How do you celebrate progress when you're not winning games? Lance Leipold has an answer (Kansas)

It's one of the most interesting, yet under-discussed questions in football. How does a coach balance praise and correction on a losing team? In a zero-sum business, how does a coach measure and celebrate progress that may not appear in the win column?

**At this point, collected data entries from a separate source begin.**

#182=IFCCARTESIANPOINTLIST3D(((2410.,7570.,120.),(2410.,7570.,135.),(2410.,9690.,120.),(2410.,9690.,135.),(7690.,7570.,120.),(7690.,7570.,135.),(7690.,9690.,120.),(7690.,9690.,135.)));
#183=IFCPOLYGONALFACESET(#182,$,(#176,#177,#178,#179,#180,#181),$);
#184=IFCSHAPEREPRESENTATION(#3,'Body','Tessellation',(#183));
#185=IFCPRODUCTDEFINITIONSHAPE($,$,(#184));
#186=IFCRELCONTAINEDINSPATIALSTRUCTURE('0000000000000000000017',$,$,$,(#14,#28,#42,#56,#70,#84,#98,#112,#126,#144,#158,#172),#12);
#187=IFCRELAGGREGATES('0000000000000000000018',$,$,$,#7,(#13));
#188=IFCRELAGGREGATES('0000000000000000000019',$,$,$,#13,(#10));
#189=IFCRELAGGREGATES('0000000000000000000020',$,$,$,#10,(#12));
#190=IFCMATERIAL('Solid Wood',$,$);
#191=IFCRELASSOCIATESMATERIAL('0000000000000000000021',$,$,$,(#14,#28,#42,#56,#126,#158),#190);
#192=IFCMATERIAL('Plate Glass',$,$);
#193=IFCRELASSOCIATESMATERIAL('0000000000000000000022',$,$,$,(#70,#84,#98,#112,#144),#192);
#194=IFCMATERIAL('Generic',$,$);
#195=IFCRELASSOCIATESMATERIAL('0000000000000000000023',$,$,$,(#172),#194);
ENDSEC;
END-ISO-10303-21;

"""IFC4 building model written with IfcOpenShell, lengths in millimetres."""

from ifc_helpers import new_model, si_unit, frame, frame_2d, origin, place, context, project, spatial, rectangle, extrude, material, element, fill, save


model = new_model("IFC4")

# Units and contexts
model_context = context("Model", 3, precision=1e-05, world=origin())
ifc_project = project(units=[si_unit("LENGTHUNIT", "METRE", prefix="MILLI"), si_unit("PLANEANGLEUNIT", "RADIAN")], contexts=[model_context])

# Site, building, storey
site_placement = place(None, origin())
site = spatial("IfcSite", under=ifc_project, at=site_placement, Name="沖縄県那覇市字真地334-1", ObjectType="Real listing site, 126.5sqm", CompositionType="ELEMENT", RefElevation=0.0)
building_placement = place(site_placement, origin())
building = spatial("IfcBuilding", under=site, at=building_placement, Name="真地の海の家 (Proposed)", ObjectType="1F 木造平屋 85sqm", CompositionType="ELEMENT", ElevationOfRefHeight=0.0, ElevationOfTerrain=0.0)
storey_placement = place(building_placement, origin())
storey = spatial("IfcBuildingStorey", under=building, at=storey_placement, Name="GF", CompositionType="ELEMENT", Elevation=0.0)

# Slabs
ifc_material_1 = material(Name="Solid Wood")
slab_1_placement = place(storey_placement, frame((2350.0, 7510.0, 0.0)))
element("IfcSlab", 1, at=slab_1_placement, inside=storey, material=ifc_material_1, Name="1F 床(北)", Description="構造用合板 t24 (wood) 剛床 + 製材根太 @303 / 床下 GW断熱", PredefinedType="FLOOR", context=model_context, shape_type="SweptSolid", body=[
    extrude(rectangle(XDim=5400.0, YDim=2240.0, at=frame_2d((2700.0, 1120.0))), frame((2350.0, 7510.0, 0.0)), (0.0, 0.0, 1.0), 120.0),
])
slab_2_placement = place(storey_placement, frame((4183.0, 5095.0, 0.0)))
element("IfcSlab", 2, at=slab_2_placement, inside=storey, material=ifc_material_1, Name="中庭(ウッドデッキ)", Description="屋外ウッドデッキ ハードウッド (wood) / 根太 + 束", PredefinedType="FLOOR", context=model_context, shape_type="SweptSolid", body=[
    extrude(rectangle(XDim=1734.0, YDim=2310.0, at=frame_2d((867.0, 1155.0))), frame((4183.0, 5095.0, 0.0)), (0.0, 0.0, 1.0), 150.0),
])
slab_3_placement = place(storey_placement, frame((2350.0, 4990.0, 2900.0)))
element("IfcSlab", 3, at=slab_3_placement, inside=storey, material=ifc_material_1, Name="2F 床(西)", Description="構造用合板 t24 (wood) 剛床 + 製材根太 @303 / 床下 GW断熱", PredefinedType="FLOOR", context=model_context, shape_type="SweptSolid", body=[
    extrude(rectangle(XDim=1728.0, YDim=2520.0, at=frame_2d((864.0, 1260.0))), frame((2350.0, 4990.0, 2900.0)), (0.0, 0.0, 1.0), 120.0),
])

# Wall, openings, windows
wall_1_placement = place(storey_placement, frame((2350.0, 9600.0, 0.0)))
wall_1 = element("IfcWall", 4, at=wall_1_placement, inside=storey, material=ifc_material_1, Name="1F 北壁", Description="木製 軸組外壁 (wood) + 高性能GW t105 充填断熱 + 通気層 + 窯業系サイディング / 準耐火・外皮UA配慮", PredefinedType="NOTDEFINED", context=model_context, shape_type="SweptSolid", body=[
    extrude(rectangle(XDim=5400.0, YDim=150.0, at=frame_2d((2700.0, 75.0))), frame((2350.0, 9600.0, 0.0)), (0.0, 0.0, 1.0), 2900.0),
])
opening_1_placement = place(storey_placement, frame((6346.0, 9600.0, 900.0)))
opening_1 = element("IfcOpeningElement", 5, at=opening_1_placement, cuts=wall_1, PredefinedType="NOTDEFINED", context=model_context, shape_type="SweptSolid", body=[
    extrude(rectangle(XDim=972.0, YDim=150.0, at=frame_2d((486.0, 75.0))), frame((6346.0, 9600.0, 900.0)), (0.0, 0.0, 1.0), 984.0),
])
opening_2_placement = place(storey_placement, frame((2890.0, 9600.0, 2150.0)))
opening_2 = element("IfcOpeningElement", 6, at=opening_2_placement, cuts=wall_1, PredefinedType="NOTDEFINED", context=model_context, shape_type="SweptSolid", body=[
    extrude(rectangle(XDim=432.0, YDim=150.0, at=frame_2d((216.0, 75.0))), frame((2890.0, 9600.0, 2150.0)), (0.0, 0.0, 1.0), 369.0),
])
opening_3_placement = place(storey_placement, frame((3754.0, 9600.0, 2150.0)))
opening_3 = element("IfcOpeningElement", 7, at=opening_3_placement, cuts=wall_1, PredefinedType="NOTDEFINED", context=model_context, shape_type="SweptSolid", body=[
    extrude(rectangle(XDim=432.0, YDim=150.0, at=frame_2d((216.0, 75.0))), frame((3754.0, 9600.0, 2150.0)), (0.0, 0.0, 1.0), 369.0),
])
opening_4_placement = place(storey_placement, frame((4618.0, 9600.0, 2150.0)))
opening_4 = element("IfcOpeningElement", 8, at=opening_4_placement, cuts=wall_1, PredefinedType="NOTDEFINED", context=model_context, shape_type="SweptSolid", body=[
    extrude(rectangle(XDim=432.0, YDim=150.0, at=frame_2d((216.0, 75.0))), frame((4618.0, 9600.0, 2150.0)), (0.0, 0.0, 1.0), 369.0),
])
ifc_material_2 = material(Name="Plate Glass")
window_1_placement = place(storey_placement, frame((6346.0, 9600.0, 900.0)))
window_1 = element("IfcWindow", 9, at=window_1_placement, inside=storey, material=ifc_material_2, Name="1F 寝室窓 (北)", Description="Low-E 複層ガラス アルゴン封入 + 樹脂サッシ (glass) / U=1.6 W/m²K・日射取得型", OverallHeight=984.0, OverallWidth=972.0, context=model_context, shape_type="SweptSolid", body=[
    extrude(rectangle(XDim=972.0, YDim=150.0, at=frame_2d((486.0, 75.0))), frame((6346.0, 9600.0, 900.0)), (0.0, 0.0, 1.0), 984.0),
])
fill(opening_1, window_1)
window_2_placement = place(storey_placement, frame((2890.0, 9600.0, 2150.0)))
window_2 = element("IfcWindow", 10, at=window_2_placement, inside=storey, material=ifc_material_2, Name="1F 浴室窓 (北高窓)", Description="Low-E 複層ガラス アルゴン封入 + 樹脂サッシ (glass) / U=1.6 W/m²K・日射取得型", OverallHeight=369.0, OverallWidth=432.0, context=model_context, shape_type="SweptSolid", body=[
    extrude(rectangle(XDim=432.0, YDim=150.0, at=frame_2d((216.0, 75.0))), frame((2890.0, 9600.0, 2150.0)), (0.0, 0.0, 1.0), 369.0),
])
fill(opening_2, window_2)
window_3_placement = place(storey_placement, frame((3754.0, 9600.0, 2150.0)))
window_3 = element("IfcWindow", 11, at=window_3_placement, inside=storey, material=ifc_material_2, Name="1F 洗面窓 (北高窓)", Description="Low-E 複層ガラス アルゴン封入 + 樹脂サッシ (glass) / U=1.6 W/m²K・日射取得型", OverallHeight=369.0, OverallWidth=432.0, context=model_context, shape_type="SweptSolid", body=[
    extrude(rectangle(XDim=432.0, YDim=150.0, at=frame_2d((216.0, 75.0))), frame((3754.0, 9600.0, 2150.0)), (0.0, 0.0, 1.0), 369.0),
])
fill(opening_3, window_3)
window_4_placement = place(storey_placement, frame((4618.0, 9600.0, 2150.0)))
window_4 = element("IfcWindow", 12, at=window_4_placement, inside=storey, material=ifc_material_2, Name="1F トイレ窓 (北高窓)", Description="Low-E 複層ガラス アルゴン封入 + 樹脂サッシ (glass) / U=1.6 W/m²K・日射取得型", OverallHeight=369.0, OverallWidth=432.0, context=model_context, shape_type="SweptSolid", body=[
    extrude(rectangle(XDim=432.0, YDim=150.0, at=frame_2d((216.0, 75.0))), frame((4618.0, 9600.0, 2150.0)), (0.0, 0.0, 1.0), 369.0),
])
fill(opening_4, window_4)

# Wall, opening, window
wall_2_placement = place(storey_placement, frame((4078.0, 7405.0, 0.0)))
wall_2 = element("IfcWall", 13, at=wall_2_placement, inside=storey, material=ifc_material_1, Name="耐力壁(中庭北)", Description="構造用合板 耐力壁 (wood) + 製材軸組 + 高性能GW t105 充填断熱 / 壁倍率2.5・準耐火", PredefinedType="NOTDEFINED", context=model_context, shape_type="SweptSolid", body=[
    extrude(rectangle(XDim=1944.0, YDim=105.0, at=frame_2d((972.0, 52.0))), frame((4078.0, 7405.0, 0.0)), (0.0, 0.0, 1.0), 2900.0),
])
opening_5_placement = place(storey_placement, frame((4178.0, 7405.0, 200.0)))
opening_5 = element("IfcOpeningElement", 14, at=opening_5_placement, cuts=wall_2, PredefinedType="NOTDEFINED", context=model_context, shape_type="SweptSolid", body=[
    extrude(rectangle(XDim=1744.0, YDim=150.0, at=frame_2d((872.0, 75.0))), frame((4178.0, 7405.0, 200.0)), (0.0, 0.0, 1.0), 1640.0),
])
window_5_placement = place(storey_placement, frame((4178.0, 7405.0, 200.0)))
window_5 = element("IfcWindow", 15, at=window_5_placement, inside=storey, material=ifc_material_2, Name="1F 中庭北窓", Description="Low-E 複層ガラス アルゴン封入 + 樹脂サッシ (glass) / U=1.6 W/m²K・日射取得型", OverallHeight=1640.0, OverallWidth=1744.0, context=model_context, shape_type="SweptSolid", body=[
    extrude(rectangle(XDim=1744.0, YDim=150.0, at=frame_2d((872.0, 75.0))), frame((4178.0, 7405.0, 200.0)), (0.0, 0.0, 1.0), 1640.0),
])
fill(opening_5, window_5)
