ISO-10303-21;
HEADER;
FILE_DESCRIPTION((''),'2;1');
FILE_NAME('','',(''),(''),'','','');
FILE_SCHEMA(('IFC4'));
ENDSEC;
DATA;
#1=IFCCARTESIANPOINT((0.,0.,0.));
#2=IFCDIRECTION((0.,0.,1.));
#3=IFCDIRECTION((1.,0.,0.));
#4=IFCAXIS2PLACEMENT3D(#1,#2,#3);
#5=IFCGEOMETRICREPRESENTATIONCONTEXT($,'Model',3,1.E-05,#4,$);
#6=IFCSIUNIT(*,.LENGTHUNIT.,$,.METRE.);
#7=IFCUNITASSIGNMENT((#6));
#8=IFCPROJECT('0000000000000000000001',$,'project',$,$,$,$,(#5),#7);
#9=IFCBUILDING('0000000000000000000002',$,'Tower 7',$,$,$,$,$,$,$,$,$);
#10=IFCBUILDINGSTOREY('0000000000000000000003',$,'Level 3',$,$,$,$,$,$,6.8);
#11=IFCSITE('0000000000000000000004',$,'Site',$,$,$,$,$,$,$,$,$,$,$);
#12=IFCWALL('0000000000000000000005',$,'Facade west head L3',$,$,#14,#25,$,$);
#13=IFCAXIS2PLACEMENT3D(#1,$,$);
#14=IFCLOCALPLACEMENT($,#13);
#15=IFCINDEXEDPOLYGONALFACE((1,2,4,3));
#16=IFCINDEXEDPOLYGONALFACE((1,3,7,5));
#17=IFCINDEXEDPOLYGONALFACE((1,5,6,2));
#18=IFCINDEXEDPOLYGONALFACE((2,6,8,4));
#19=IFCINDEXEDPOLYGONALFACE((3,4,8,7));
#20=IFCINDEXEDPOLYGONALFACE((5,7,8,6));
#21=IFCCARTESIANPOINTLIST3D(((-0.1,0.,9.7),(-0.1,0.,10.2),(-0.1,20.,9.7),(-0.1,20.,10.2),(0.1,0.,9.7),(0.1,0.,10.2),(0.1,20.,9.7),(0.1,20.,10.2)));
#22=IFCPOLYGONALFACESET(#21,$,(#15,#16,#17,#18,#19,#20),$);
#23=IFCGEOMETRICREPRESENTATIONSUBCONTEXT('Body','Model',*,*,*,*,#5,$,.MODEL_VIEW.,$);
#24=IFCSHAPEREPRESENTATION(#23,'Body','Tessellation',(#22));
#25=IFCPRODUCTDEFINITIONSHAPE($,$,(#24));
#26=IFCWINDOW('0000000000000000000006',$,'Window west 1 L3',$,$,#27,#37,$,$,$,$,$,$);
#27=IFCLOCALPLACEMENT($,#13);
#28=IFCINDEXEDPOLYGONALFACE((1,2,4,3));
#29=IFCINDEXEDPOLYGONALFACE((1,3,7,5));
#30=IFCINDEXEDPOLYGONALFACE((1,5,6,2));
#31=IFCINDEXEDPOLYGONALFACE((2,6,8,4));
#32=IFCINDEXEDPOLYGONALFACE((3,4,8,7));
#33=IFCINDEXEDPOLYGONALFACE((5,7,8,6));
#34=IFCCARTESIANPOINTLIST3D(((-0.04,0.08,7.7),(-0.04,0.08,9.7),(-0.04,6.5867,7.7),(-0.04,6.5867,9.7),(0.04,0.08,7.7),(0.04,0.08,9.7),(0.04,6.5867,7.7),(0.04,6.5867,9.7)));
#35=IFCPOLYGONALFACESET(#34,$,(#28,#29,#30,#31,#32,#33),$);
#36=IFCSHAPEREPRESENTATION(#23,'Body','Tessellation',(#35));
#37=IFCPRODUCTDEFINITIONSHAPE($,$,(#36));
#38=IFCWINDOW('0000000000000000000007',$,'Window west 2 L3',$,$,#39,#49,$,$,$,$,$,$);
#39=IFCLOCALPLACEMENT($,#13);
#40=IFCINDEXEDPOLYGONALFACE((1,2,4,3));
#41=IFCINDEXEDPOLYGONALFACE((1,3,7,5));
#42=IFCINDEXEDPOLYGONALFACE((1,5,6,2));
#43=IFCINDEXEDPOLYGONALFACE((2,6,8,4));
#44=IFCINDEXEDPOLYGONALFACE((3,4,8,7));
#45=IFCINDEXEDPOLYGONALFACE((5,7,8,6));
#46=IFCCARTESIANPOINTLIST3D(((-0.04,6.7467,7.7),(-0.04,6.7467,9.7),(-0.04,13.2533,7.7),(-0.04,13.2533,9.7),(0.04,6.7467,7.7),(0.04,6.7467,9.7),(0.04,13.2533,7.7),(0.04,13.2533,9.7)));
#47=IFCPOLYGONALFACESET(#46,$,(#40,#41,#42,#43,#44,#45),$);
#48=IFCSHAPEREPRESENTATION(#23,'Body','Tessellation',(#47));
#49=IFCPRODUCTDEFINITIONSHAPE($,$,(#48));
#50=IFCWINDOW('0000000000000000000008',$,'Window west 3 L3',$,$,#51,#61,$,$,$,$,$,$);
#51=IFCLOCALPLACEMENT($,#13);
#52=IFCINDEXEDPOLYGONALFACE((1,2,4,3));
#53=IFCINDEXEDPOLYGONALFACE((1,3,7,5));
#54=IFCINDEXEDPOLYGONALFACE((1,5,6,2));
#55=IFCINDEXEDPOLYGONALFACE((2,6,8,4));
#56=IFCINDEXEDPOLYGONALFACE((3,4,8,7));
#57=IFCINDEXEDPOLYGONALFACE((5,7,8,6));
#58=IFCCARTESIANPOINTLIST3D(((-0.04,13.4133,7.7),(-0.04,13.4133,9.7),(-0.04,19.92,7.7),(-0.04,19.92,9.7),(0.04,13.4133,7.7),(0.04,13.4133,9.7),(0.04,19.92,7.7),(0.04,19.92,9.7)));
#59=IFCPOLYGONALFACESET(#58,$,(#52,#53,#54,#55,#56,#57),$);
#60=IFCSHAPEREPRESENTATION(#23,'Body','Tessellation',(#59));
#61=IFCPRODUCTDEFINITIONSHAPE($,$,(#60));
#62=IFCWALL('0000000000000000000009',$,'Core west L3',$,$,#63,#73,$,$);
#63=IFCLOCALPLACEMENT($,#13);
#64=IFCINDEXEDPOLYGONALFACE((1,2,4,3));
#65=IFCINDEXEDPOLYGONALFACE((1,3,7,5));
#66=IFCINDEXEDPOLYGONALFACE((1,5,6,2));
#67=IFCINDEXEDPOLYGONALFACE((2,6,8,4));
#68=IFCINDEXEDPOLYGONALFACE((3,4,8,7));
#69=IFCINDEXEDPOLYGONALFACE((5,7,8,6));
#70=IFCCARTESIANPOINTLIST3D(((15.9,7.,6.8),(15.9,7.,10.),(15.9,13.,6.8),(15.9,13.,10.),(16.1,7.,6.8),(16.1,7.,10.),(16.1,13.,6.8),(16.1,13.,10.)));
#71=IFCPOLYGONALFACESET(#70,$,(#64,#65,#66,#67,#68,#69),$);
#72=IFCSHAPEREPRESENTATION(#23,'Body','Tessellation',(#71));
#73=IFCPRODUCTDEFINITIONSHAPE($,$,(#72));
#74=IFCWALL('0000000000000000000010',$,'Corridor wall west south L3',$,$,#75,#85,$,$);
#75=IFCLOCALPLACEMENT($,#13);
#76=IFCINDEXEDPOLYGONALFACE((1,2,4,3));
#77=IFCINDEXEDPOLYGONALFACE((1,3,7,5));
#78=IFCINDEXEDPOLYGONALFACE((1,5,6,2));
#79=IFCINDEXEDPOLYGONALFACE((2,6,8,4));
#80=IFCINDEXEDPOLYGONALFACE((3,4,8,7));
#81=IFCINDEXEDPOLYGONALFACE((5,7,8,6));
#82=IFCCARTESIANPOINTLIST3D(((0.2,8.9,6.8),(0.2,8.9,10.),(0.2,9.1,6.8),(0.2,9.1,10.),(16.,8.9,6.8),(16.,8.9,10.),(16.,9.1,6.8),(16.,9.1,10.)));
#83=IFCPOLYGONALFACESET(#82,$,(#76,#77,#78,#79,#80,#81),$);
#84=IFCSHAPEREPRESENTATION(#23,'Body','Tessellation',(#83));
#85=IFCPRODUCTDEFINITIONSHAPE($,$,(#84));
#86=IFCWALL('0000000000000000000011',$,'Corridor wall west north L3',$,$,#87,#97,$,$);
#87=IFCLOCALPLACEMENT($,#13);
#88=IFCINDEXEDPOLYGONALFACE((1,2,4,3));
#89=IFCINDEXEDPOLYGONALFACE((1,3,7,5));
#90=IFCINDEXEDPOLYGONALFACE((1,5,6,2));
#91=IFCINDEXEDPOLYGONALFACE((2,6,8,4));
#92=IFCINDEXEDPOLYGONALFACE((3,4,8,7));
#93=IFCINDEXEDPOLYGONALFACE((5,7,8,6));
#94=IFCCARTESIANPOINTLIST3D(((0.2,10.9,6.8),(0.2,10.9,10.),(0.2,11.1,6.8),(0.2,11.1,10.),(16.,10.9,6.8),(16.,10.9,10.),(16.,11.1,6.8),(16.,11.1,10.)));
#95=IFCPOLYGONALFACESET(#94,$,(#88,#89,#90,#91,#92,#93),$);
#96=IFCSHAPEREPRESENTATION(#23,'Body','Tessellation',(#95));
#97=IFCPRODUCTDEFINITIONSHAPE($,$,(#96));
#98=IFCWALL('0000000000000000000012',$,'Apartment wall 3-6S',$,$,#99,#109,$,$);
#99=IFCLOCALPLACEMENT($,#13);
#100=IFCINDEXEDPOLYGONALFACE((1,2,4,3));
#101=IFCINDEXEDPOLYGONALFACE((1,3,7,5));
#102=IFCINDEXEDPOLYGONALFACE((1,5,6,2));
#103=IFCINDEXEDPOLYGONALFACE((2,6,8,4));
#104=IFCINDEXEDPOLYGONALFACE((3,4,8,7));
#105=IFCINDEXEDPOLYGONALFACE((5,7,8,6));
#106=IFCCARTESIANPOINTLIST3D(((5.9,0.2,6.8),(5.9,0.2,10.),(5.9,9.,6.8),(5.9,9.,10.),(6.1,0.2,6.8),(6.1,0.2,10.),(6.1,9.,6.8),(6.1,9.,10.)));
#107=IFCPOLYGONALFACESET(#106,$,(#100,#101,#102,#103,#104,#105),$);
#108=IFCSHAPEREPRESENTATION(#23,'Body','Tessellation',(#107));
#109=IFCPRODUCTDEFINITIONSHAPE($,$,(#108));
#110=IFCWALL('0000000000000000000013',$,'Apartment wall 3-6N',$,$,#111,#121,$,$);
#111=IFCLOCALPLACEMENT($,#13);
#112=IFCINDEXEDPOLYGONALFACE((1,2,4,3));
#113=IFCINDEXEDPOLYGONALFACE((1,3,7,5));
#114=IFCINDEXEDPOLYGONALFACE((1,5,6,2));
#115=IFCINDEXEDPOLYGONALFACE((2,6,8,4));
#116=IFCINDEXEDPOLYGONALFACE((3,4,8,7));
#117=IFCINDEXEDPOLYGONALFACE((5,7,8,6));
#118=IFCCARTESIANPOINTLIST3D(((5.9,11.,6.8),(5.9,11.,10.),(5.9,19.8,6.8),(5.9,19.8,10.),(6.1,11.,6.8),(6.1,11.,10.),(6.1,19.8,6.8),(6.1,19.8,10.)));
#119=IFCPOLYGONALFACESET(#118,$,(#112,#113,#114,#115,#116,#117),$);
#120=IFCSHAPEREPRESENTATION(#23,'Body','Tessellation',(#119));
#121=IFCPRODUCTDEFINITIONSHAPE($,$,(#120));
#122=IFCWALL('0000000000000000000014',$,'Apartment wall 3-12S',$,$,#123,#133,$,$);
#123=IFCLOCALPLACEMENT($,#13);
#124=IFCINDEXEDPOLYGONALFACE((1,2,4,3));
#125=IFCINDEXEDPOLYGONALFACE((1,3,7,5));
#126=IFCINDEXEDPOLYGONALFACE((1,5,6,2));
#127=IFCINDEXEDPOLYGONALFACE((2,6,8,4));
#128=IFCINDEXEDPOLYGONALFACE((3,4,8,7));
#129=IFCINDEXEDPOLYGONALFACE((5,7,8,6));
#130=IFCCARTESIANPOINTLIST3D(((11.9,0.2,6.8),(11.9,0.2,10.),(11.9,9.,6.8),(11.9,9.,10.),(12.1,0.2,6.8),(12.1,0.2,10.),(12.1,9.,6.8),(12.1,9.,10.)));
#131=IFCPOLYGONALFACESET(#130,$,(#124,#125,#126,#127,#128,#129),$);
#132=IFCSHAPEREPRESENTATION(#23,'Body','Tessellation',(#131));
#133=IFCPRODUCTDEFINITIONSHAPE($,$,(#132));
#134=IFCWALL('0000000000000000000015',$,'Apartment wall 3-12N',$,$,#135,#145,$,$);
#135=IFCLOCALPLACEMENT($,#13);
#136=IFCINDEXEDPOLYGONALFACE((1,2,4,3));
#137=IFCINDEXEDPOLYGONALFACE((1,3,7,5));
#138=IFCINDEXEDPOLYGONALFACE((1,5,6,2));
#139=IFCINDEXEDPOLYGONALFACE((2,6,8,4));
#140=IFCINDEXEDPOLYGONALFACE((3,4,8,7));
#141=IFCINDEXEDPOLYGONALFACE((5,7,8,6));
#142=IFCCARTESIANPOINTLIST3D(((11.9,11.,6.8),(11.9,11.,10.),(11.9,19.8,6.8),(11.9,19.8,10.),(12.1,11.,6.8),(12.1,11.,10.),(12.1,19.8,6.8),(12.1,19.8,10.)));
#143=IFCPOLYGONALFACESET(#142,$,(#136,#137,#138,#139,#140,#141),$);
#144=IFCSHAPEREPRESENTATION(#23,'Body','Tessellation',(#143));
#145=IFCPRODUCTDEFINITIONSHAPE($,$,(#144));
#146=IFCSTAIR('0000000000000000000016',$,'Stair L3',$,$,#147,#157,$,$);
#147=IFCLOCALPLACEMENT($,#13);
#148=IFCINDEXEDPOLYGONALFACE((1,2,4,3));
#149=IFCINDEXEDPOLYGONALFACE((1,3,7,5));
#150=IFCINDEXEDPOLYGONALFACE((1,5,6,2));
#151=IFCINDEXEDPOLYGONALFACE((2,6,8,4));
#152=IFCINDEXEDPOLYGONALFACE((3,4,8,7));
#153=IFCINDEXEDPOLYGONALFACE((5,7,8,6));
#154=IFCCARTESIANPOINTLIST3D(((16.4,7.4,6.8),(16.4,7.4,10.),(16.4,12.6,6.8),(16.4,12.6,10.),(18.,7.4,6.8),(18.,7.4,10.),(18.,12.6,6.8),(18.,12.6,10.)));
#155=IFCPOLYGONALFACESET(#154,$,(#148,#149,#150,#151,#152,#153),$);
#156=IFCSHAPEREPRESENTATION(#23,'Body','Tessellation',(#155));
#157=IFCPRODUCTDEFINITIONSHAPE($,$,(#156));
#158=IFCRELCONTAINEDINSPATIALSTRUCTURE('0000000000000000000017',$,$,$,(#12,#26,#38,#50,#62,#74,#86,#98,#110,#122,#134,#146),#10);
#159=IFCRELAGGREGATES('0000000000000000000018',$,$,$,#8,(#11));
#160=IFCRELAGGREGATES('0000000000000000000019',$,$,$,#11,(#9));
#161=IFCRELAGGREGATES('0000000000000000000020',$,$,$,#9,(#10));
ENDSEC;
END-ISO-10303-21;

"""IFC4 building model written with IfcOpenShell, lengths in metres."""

from ifc_helpers import new_model, si_unit, frame, origin, origin_with_axes, origin_2d, place, context, subcontext, project, spatial, rectangle, extrude, element, save


model = new_model("IFC4")

# Units and contexts
model_context = context("Model", 3, precision=1e-05, world=origin_with_axes())
body_context = subcontext(model_context, "Body", "Model", "MODEL_VIEW")
ifc_project = project(units=[si_unit("LENGTHUNIT", "METRE")], contexts=[model_context])

# Site, building, storey
site = spatial("IfcSite", under=ifc_project, Name="Site")
building = spatial("IfcBuilding", under=site, Name="Tower 7")
storey = spatial("IfcBuildingStorey", under=building, Name="Level 3", Elevation=6.8)

# Wall
wall_1_placement = place(None, frame((0.0, 10.0, 9.7), z_axis=(0.0, 0.0, 1.0), x_axis=(1.0, 0.0, 0.0)))
element("IfcWall", 1, at=wall_1_placement, inside=storey, Name="Facade west head L3", context=body_context, shape_type="SweptSolid", body=[
    extrude(rectangle(XDim=0.2, YDim=20.0, at=origin_2d()), origin(), (0.0, 0.0, 1.0), 0.5),
])

# Windows
for number, where, z_axis, x_axis, name in (
    (2, (0.0, 3.3333, 7.7), (0.0, 0.0, 1.0), (1.0, 0.0, 0.0), "Window west 1 L3"),
    (3, (0.0, 10.0, 7.7), (0.0, 0.0, 1.0), (1.0, 0.0, 0.0), "Window west 2 L3"),
):
    element("IfcWindow", number, at=place(None, frame(where, z_axis=z_axis, x_axis=x_axis)), inside=storey, Name=name, context=body_context, shape_type="SweptSolid", body=[
        extrude(rectangle(XDim=0.08, YDim=6.5067, at=origin_2d()), origin(), (0.0, 0.0, 1.0), 2.0),
    ])
window_1_placement = place(None, frame((0.0, 16.6667, 7.7), z_axis=(0.0, 0.0, 1.0), x_axis=(1.0, 0.0, 0.0)))
element("IfcWindow", 4, at=window_1_placement, inside=storey, Name="Window west 3 L3", context=body_context, shape_type="SweptSolid", body=[
    extrude(rectangle(XDim=0.08, YDim=6.5067, at=origin_2d()), origin(), (0.0, 0.0, 1.0), 2.0),
])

How does a team avoid the trap of celebrating moral victories when they're the only type of victories you're likely to get?

At Kansas, they've had that conversation, and they've found an answer.

"We understand and we emphasize, as well, we're not in the moral victory business, and we understand that completely," Lance Leipold said at Big 12 media days. "But we're always looking at, whether it be individual improvement in certain things, how we've gone about our daily business and really how we've connected dots with our players about becoming better holistically, whether it be weight room or academically and better leadership, better teammates, that these things are going to stack upon themselves and help us on game day."

In truth, they've been having that conversation at Kansas for more than a decade now, but 2021 was the first year Leipold and his staff took a crack at it.

The Jayhawks memorably pulled off their 57-56 overtime win at Texas last November -- their first Big 12 road win since Oct. 4, 2008 -- but the biggest sign of progress came in the next two weeks. Contrary to the reaction following that win in Austin, KU has won Big 12 games before, but any momentum from those victories was consistently erased the following week. 

In 2019, Kansas beat Texas Tech, then lost to K-State 38-10 the following week. A 2018 win over TCU was followed by a 27-3 smothering by Iowa State. 

In fact, the last time Kansas won a Big 12 game and then followed that up with a 1-score loss the following week was in 2014, when KU answered a 34-14 win over Iowa State with a 34-30 loss to TCU. Until last season, that counted as progress.

Kansas 1-Score Big 12 Games By Season
2010: 1
2011: 1
2012: 3
2013: 0
2014: 1
2015: 1
2016: 3
2017: 0
2018: 3
2019: 3
2020: 1
2021: 3

After winning at Texas, Kansas followed it up with not one but two competitive games: a 31-28 loss to TCU in Fort Worth, then a 34-28 loss to West Virginia in Lawrence. 

Before that stretch, to find the last time Kansas played three consecutive Big 12 opponents within one score in the same season, you'd have to go all the way back to Nov. 10-24, 2007. That's the year Mark Mangino's Jayhawk team went 12-1 and won the Orange Bowl, coming an 8-point loss to Missouri (and a subsequent win over Oklahoma in the Big 12 Championship, which the Mizzou loss kept them out of) from playing in the BCS National Championship. It's been a swift and long descent since then -- until, perhaps, the end of the 2021 season.

So how does Kansas celebrate that progress without acting like they actually defeated the Horned Frogs and Mountaineers?

As Leipold said, you tally up all the ways in which you're improving -- every single one, on the field and off -- and you stack them on top of each other, faithful that enough chips will flip the win-loss see-saw your way.

"I think the proof of that is when a 1-8 football team goes on the road and finds a way to win and plays even some better football maybe the next two weeks and start showing the signs of closing gaps that we have to do," Leipold said.

The progress from the encouraging close to 2021 manifested in a more communicative, more trusting team to begin 2022.

"I think to me one of the most apparent things was our first spring practice. The volume and confidence of communication, especially on the defensive side of the ball, was night and day from the fall. And to me it was, hey, we understand it more, we're confident, this is what we do," Leipold said.